The reducer and postprocessing script, stats_aggregator.rb:

#!/usr/bin/env ruby1.9
require 'rubygems'
require 'csv'
 
 
module Stats
  STATS_TEMPLATE={:key=>nil,:sum=>0,:average=>nil,:max=>nil,:min=>nil,:errors=>0,:count=>0}
 
  class Reducer
    def run
 
      last_key=nil
      curr_rec=nil
 
      STDIN.each_line do |l|
        key,val = l.chomp.split("\t",2)
        if last_key.nil? || last_key!=key
          write_stats(curr_rec) unless last_key.nil?
          curr_rec = STATS_TEMPLATE.dup.update(:key=>key)
          last_key=key
        end
 
        if val && val!=''
          val=val.to_f
          curr_rec[:sum]+=val
          curr_rec[:count]+=1
          curr_rec[:min]=val if curr_rec[:min].nil? || val<curr_rec[:min]
          curr_rec[:max]=val if curr_rec[:max].nil? || val>curr_rec[:max]
        else
          curr_rec[:errors]+=1
        end
      end
      write_stats(curr_rec) if curr_rec
    end
 
    private
 
    def write_stats(stats_hash)
      stats_hash[:average]=stats_hash[:sum]/stats_hash[:count] if stats_hash[:count]>0
      puts stats_hash.values_at(*STATS_TEMPLATE.keys).join("\t")
    end
  end
 
 
  class CSVConverter
    def print_stats
      puts STATS_TEMPLATE.keys.to_csv
      STDIN.each_line do |l|
        puts l.chomp.split("\t").to_csv
      end
    end
  end
 
 
end
 
 
mode = ARGV.shift
 
case mode
  when '--reducer' #hadoop mode
    Stats::Reducer.new.run
  when '--csv' #csv converter; run with: hadoop dfs -cat /mnt/hadoop/stress_output/part* | stats_aggregator.rb --csv
    Stats::CSVConverter.new.print_stats
  else
    abort 'Invalid mode specified for stats aggregator.  Valid options are --reducer, --csv'
end

Reckoning (Shame Computation)

In a moment of desperation, we used Hadoop to solve a problem for which it is very tenuously appropriate, but it actually turned out great. I wrote very little code and it worked with almost no iteration and just a couple of up-front hours invested for an easily repeatable process. Our last minute stress test exposed a few issues that we were able to quickly correct and resulted in a smooth launch. All this, and it only cost us about $10 of EC2 time.

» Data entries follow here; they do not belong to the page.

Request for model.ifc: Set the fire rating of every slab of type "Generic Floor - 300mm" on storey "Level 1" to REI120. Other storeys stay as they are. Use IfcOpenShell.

First a look at what the model holds.

```python
import ifcopenshell
import ifcopenshell.util.element

model = ifcopenshell.open("model.ifc")
print(model.schema)
storey = next(s for s in model.by_type("IfcBuildingStorey") if s.Name == "Level 1")
slabs = [e for e in ifcopenshell.util.element.get_decomposition(storey) if e.is_a("IfcSlab")]
seen = {}
for e in slabs:
    element_type = ifcopenshell.util.element.get_type(e)
    key = (element_type.Name if element_type != e and element_type else None, ifcopenshell.util.element.get_pset(e, "Pset_SlabCommon", "FireRating"))
    seen[key] = seen.get(key, 0) + 1
for (name, value), count in sorted(seen.items(), key=str):
    print(count, "x", name, "|", value)
```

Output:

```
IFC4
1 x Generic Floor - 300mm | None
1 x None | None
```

```python
import ifcopenshell
import ifcopenshell.api.pset
import ifcopenshell.util.element

model = ifcopenshell.open("model.ifc")

storey = next(s for s in model.by_type("IfcBuildingStorey") if s.Name == "Level 1")
slabs = [e for e in ifcopenshell.util.element.get_decomposition(storey) if e.is_a("IfcSlab")]

count = 0
for e in slabs:
    element_type = ifcopenshell.util.element.get_type(e)
    if element_type in (None, e) or element_type.Name != "Generic Floor - 300mm":
        continue
    # add_pset returns the element's existing set when there is one.
    pset = ifcopenshell.api.pset.add_pset(model, product=e, name="Pset_SlabCommon")
    ifcopenshell.api.pset.edit_pset(model, pset=pset, properties={"FireRating": "REI120"})
    count += 1

print(count, "slabs updated")

model.write("model_rev.ifc")
```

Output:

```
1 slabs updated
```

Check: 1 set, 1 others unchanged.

Hadoop Streaming is a powerful tool that every Hadoop shop, even the pure Java shops, should consider part of their toolbox. Lots of big data jobs are actually simple except for scale, so your local python, ruby, bash, perl, or whatever coder along with some EC2 dollars can give you access to some pretty powerful stuff.